The dish

Food of a Younger Land.

Admin stuff first: The third episode of the Keith and Jason podcast – yes, I know we need a name – is now available for download. You can also hear my hit from today on the Herd, but Fish must have been out sick since they didn’t play the Law & Order theme music for me.

I’ll be on ESPNEWS via phone at 2 pm EDT and on ESPN Radio’s Baseball Tonight at 7:25 pm EDT.

They’ve posted my quick analysis of the Garko/Barnes trade; I’m hoping my Cape All-Star Game bit will be up shortly.

I downloaded Mark Kurlansky’s The Food of a Younger Land as an audiobook on a whim and ended up with a small gem. Kurlansky’s book contains little of his own writing, but is instead a selection of some of the most interesting pieces from a New Deal-era project called “America Eats,” a collection of food essays by writers in the Federal Writers Project, describing local food traditions and recipes from around the country. The project was never completed and the Writers Project fell apart when World War II came and the job market for writers improved, but the archives are freely available at the Library of Congress.
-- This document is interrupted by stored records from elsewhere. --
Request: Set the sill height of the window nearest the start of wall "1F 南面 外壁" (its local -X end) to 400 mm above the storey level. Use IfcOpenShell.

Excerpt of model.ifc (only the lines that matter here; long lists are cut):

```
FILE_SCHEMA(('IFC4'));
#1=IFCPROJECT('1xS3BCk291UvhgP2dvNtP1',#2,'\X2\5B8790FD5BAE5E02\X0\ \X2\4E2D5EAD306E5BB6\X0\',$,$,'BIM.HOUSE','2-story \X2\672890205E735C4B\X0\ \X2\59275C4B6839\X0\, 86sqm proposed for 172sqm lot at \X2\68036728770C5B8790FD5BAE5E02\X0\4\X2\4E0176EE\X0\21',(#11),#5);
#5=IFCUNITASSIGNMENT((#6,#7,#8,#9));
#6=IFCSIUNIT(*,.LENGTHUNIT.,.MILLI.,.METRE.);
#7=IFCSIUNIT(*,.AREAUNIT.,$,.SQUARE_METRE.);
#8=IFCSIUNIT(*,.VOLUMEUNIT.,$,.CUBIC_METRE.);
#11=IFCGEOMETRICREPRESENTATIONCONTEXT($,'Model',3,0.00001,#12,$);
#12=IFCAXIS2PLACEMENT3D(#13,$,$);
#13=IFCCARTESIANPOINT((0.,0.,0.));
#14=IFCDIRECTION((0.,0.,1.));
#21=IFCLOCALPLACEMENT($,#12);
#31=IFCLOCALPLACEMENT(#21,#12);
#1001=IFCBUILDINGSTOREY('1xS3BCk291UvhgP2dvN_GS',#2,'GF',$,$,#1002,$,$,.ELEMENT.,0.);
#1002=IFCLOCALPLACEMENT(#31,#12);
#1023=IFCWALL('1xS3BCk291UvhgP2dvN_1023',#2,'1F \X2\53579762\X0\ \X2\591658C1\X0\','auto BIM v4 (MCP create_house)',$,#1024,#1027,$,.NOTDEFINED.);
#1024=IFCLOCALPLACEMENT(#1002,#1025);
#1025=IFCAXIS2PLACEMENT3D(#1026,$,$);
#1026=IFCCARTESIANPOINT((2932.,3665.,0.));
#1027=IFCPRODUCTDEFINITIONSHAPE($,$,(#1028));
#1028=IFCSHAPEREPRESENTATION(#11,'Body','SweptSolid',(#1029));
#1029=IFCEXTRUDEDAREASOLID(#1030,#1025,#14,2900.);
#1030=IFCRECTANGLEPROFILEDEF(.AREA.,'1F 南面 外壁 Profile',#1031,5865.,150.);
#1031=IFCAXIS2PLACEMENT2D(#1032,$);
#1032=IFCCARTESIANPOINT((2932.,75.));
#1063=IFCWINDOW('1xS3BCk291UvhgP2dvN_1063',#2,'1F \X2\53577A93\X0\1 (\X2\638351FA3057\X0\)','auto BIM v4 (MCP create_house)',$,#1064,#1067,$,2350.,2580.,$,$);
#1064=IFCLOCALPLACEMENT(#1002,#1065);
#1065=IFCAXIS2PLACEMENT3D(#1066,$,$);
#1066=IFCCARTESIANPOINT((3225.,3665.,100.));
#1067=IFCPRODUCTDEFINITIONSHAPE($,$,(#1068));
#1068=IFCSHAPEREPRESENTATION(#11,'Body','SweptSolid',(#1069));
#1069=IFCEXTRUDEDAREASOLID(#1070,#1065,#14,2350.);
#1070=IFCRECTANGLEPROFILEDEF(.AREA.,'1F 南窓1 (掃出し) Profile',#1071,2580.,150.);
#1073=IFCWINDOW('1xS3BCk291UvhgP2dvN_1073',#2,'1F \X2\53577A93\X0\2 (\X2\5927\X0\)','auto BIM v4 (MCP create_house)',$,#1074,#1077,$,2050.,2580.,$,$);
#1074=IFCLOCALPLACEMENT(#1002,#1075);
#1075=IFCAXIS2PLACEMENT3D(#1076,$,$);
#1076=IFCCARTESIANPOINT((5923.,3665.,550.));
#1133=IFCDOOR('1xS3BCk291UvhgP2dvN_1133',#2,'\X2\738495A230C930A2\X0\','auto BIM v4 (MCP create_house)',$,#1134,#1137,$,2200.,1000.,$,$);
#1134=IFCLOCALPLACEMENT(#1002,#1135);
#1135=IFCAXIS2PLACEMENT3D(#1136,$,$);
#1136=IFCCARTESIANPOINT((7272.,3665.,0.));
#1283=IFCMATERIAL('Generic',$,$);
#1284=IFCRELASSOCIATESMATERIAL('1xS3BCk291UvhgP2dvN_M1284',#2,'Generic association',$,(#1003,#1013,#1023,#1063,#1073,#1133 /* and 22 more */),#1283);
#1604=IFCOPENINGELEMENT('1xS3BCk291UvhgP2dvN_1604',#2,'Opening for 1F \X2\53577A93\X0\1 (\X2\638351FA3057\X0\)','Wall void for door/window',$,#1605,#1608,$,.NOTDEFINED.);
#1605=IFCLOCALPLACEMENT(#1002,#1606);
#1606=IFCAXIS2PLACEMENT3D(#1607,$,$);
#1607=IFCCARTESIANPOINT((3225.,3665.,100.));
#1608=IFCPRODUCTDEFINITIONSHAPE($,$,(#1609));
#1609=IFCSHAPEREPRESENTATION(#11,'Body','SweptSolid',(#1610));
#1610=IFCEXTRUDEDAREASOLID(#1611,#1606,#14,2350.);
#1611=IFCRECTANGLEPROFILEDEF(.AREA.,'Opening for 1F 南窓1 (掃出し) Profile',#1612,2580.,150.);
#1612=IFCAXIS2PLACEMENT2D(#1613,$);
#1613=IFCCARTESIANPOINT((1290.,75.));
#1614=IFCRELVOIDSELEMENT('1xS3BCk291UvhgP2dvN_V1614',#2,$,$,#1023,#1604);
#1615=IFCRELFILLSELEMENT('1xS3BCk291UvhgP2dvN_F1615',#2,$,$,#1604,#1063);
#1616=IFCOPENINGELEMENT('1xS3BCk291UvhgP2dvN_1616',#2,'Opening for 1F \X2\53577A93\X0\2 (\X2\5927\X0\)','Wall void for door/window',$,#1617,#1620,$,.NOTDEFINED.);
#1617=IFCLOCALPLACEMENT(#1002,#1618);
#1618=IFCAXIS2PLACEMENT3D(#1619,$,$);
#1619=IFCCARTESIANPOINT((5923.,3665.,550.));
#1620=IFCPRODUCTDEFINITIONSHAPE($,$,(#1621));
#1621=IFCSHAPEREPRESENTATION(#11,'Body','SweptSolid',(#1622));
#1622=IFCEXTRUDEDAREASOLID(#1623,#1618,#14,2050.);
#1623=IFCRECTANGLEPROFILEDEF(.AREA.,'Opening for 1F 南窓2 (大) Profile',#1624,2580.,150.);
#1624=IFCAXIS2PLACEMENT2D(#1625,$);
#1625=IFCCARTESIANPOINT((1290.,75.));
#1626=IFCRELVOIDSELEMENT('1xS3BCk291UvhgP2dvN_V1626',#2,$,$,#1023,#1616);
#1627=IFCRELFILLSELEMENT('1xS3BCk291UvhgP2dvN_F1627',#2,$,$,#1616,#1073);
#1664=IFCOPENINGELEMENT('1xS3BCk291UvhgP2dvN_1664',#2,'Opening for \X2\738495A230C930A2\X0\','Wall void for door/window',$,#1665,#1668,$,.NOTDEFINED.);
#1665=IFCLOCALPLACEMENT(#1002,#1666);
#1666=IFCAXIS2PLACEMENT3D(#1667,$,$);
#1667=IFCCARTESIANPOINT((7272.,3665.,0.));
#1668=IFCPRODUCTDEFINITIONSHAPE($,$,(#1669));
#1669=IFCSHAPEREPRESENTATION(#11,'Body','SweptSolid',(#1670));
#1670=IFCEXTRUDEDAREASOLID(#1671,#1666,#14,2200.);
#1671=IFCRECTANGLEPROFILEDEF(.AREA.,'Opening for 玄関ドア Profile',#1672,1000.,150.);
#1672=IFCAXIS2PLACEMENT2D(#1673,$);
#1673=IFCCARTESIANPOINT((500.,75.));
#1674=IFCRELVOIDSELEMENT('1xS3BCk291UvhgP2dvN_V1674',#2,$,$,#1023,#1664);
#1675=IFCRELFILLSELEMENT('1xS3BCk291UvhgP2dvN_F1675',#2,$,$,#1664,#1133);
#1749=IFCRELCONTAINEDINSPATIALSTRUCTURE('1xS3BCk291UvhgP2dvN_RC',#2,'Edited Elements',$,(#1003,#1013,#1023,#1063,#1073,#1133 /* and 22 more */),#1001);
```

```python
import numpy as np
import ifcopenshell
import ifcopenshell.api.geometry
import ifcopenshell.geom
import ifcopenshell.util.element
import ifcopenshell.util.placement
import ifcopenshell.util.shape
import ifcopenshell.util.unit

model = ifcopenshell.open("model.ifc")
unit_scale = ifcopenshell.util.unit.calculate_unit_scale(model)

window = model.by_guid("1xS3BCk291UvhgP2dvN_1063")
opening = window.FillsVoids[0].RelatingOpeningElement
storey = ifcopenshell.util.element.get_container(window, ifc_class="IfcBuildingStorey")
level = ifcopenshell.util.placement.get_local_placement(storey.ObjectPlacement)[2, 3]

# The opening's origin need not be at the sill, so measure its lowest point.
shape = ifcopenshell.geom.create_shape(ifcopenshell.geom.settings(), opening)
bottom = ifcopenshell.util.shape.get_shape_bottom_elevation(shape, shape.geometry) / unit_scale
dz = level + 400.0 - bottom

shift = np.array([0.0, 0.0, dz])
# The window is not placed relative to its opening, so move both.
for product in (opening, window):
    matrix = ifcopenshell.util.placement.get_local_placement(product.ObjectPlacement)
    matrix[:3, 3] += shift
    ifcopenshell.api.geometry.edit_object_placement(model, product=product, matrix=matrix, is_si=False)

print(f"moved by {dz * unit_scale:+.3f} m")

model.write("model_rev.ifc")
```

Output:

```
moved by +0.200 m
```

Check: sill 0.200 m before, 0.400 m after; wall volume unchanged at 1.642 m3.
The most interesting aspect of the book is the list of contributing writers, including many writers who went on to greater fame as novelists, including Eudora Welty, Lyle Saxon, and Nelson Algren, as well as Zora Neale Hurston, who had already had some success as a writer but needed the money and ended up horribly treated in the Florida wing of the Writers Project as a black woman who, in the eyes of the whites running the project, didn’t know her place. (She was paid a fraction of what a comparably experienced white writer received on the project.) Only a short story by Hurston appears in the book, but it’s among the highlights. The recipes are largely not worth your time – they’re inexact and often dated (unless you know where to buy squirrel meat); I’m all for using pork fat, but my limit is well short of what’s required to make many of the southern dishes in the book. The selections are often quirky, like the list of New York lunch-counter slang terms (a “Bay State bum” is a customer who demands a lot of service and leaves no tip) or two pieces on animal “fries” (one pig, one lamb, and even Kurlansky doesn’t explicitly tell you what part of the male animal is put in the fryer), as well as a little poetry, descriptions of Native American feasts, long essays on barbecue, and arguments between regions on who makes the best (insert food type). If you’re into food, it’s worth a skim, although the variety of authors means quality is inconsistent and some of the essays are as dry as others are interesting or funny.